**Information given:**

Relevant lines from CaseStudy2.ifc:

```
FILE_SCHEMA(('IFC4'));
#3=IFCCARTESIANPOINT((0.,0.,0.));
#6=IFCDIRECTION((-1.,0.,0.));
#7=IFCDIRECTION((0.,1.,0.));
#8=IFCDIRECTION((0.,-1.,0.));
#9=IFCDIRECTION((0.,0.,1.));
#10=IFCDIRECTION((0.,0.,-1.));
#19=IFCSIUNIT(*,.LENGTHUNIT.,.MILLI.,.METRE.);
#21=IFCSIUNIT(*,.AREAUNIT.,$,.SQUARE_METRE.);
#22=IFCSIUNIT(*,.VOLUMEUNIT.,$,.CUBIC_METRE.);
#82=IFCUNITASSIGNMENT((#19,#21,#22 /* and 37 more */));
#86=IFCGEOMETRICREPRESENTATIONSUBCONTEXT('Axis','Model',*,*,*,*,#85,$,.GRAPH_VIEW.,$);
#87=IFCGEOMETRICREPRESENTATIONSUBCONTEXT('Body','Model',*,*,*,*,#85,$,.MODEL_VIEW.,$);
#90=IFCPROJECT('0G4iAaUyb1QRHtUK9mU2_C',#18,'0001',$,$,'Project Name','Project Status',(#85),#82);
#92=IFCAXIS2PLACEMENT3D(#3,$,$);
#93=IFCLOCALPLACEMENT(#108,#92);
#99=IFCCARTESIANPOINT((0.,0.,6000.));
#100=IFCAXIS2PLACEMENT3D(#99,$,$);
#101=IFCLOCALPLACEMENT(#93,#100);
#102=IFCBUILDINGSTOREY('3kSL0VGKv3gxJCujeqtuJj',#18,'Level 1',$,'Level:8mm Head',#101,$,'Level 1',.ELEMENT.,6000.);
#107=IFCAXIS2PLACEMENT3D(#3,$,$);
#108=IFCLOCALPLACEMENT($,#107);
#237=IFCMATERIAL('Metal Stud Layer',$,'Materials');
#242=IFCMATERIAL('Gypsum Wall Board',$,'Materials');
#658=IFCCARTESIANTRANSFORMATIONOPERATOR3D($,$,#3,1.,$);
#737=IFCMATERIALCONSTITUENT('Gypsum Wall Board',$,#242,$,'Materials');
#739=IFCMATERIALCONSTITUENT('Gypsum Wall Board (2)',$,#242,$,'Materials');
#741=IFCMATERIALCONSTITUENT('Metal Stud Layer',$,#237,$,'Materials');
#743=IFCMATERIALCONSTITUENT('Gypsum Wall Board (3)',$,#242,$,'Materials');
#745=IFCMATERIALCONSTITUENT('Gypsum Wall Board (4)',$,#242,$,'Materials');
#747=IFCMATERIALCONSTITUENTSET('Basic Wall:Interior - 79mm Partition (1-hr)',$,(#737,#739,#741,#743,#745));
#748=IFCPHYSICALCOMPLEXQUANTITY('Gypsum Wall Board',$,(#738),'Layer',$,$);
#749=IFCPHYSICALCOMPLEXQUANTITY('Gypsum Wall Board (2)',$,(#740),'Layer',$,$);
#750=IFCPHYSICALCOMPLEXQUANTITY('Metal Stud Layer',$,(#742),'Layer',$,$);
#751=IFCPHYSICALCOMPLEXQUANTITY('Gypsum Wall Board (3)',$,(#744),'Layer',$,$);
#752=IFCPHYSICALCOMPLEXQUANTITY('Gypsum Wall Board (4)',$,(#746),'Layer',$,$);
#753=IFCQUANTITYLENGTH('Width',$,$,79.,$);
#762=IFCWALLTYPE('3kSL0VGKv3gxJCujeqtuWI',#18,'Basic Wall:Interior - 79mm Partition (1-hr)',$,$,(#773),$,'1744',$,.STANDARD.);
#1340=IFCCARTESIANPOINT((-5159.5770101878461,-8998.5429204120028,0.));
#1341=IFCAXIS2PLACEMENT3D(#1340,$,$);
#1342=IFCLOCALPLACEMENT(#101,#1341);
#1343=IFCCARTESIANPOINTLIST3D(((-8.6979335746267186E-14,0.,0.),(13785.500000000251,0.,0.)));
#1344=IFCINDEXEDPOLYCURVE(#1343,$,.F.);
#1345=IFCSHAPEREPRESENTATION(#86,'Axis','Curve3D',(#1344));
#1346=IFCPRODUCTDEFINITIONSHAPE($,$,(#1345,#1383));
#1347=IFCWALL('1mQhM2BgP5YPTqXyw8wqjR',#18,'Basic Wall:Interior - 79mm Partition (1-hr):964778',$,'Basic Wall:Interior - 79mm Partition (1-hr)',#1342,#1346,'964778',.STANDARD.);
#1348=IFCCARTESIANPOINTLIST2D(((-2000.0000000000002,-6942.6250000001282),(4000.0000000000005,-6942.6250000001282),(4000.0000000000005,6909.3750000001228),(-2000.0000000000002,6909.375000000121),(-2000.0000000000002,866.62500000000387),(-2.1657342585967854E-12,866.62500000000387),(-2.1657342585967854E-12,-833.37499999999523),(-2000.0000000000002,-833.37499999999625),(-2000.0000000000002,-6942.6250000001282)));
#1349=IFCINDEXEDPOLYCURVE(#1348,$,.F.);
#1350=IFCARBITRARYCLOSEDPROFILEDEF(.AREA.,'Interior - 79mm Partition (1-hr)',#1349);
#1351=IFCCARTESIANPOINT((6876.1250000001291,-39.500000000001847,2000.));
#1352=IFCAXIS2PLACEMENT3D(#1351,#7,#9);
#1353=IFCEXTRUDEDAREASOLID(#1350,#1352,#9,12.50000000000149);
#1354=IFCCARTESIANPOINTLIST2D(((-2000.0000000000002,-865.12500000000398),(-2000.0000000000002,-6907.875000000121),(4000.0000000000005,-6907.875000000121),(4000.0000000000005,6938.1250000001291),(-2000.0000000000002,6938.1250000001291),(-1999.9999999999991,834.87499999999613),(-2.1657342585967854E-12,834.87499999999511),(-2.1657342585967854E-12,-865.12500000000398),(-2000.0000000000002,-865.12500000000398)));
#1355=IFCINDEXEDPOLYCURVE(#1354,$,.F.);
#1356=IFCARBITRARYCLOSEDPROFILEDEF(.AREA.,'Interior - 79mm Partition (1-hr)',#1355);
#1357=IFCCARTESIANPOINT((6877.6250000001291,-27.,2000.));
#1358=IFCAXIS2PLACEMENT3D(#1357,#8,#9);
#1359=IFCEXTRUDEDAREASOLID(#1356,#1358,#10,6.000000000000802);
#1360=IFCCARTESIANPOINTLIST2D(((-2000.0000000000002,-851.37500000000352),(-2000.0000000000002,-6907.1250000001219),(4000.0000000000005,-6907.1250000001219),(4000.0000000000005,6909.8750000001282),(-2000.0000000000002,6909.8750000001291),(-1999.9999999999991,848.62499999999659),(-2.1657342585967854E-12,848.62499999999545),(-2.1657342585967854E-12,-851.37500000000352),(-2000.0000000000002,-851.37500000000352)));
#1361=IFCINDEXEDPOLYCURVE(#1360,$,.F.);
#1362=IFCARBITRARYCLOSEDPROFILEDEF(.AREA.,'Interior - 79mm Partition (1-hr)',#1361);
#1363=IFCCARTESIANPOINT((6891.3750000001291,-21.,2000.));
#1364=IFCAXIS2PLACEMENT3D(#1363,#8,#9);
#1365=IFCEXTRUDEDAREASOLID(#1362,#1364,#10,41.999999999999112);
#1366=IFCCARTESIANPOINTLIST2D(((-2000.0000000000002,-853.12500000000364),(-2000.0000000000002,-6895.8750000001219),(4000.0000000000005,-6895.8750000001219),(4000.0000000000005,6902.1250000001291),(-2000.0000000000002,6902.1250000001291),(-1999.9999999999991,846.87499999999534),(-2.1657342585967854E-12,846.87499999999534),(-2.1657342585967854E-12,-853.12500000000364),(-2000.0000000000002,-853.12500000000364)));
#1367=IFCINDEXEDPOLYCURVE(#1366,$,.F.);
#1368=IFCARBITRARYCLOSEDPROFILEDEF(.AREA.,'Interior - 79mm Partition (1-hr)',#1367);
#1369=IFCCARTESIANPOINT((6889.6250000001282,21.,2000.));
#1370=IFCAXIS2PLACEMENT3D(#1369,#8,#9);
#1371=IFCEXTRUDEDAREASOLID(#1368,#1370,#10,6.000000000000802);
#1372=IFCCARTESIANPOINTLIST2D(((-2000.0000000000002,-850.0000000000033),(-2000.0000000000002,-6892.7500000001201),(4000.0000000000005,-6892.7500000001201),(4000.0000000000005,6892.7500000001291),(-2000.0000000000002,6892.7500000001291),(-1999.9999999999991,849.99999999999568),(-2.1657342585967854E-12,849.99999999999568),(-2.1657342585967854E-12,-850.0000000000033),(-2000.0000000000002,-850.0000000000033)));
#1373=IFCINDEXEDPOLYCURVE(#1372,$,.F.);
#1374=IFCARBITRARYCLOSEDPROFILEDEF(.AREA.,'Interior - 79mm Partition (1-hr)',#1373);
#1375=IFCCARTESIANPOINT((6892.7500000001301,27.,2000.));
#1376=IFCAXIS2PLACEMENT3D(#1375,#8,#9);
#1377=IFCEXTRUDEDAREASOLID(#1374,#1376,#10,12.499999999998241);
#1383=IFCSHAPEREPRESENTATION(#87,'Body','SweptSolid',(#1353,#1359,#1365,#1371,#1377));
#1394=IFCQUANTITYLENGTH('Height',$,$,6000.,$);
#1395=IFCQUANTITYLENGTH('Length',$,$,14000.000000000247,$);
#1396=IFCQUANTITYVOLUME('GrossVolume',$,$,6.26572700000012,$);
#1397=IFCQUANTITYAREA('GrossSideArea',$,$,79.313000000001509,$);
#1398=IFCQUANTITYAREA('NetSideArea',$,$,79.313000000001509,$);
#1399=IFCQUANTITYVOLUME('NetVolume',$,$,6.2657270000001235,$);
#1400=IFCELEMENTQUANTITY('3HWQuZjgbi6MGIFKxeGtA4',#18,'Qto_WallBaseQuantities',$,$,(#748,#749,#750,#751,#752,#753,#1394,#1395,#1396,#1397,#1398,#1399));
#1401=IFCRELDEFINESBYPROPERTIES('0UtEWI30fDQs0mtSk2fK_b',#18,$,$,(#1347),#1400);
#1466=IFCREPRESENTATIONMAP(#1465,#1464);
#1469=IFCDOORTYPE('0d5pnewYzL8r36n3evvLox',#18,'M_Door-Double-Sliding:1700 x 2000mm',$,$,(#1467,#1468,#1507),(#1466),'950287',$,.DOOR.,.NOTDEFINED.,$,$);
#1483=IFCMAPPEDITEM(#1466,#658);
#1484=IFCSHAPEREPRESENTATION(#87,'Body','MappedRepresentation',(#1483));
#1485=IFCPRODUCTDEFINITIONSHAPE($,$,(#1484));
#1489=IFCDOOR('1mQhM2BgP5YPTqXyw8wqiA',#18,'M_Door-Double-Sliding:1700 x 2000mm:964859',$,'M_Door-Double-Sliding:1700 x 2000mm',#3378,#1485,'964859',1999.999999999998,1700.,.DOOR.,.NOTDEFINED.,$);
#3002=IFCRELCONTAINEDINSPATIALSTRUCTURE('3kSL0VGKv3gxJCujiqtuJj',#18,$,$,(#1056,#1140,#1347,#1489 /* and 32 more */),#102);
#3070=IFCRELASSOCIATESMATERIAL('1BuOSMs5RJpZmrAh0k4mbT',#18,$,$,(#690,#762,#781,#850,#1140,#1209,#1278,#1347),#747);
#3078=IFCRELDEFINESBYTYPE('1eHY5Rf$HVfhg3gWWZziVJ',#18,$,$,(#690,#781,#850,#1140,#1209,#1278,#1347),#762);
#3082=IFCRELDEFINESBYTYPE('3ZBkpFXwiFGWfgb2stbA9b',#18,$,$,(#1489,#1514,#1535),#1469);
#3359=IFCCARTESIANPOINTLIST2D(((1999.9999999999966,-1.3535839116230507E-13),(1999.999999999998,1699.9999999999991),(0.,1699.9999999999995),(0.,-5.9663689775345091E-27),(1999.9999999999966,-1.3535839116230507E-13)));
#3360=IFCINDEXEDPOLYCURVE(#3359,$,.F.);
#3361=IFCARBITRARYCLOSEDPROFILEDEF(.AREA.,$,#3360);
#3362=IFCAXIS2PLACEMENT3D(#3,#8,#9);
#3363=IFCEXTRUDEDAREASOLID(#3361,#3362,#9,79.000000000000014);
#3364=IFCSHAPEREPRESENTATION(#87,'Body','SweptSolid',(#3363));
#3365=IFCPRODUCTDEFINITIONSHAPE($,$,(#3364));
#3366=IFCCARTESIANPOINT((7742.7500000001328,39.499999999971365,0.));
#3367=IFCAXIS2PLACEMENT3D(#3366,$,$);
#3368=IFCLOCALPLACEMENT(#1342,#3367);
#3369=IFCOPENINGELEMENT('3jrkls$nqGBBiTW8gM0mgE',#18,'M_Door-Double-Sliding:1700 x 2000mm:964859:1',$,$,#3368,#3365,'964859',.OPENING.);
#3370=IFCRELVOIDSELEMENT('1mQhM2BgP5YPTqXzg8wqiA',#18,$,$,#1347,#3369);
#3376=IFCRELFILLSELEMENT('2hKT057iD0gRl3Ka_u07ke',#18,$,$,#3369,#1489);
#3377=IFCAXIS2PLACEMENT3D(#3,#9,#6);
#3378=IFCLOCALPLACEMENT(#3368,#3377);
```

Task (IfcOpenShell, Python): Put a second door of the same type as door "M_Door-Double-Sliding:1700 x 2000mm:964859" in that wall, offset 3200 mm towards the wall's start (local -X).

```python
import ifcopenshell
import ifcopenshell.api.feature
import ifcopenshell.api.geometry
import ifcopenshell.api.pset
import ifcopenshell.api.root
import ifcopenshell.geom
import ifcopenshell.util.element
import ifcopenshell.util.placement
import ifcopenshell.util.shape
import ifcopenshell.util.unit

model = ifcopenshell.open("CaseStudy2.ifc")
area_scale = ifcopenshell.util.unit.calculate_unit_scale(model, "AREAUNIT")
volume_scale = ifcopenshell.util.unit.calculate_unit_scale(model, "VOLUMEUNIT")
settings = ifcopenshell.geom.settings()


def volume(element):
    """Net volume in cubic metres, openings subtracted."""
    shape = ifcopenshell.geom.create_shape(settings, element)
    return ifcopenshell.util.shape.get_volume(shape.geometry)


def reuse_history(source, copy):
    """copy_class also copies each property set's owner history, people and application; keep the originals."""
    for rel in copy.IsDefinedBy:
        if rel.is_a("IfcRelDefinesByProperties") and (history := rel.RelatingPropertyDefinition.OwnerHistory):
            rel.RelatingPropertyDefinition.OwnerHistory = source.OwnerHistory
            ifcopenshell.util.element.remove_deep2(model, history)


door = model.by_guid("1mQhM2BgP5YPTqXyw8wqiA")
opening = door.FillsVoids[0].RelatingOpeningElement
wall = opening.VoidsElements[0].RelatingBuildingElement
before = volume(wall)
shift = ifcopenshell.util.placement.get_local_placement(wall.ObjectPlacement)[:3, 0] * -3200.0

# copy_class copies the void relationship, type, container and properties, but no geometry.
new_opening = ifcopenshell.api.root.copy_class(model, product=opening)
new_opening.Representation = ifcopenshell.util.element.copy_deep(
    model, opening.Representation, exclude=["IfcGeometricRepresentationContext", "IfcRepresentationMap"]
)
new_opening.Name = "M_Door-Double-Sliding:1700 x 2000mm"
new_opening.Tag = None
reuse_history(opening, new_opening)
new_door = ifcopenshell.api.root.copy_class(model, product=door)
new_door.Representation = ifcopenshell.util.element.copy_deep(
    model, door.Representation, exclude=["IfcGeometricRepresentationContext", "IfcRepresentationMap"]
)
new_door.Name = "M_Door-Double-Sliding:1700 x 2000mm"
new_door.Tag = None
reuse_history(door, new_door)
ifcopenshell.api.feature.add_filling(model, opening=new_opening, element=new_door)

for old, new in ((opening, new_opening), (door, new_door)):
    matrix = ifcopenshell.util.placement.get_local_placement(old.ObjectPlacement)
    matrix[:3, 3] += shift
    ifcopenshell.api.geometry.edit_object_placement(model, product=new, matrix=matrix, is_si=False)

after = volume(wall)
thickness = 0.079  # wall thickness in metres

# Update the wall's stored quantities.
qto = model.by_id(ifcopenshell.util.element.get_pset(wall, "Qto_WallBaseQuantities", should_inherit=False)["id"])
ifcopenshell.api.pset.edit_qto(model, qto=qto, properties={
    "NetSideArea": after / thickness / area_scale,
    "NetVolume": after / volume_scale,
})

print(f"wall volume {before:.3f} -> {after:.3f} m3")

model.write("CaseStudy2-out.ifc")
```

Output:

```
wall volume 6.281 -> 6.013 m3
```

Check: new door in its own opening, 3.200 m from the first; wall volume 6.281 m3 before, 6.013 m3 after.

**Directions:**
Pull every line containing the word "IFCSHAPEREPRESENTATION" out of the material and copy it.

**Response to this task:**
#1345=IFCSHAPEREPRESENTATION(#86,'Axis','Curve3D',(#1344));
#1383=IFCSHAPEREPRESENTATION(#87,'Body','SweptSolid',(#1353,#1359,#1365,#1371,#1377));
#1484=IFCSHAPEREPRESENTATION(#87,'Body','MappedRepresentation',(#1483));
#3364=IFCSHAPEREPRESENTATION(#87,'Body','SweptSolid',(#3363));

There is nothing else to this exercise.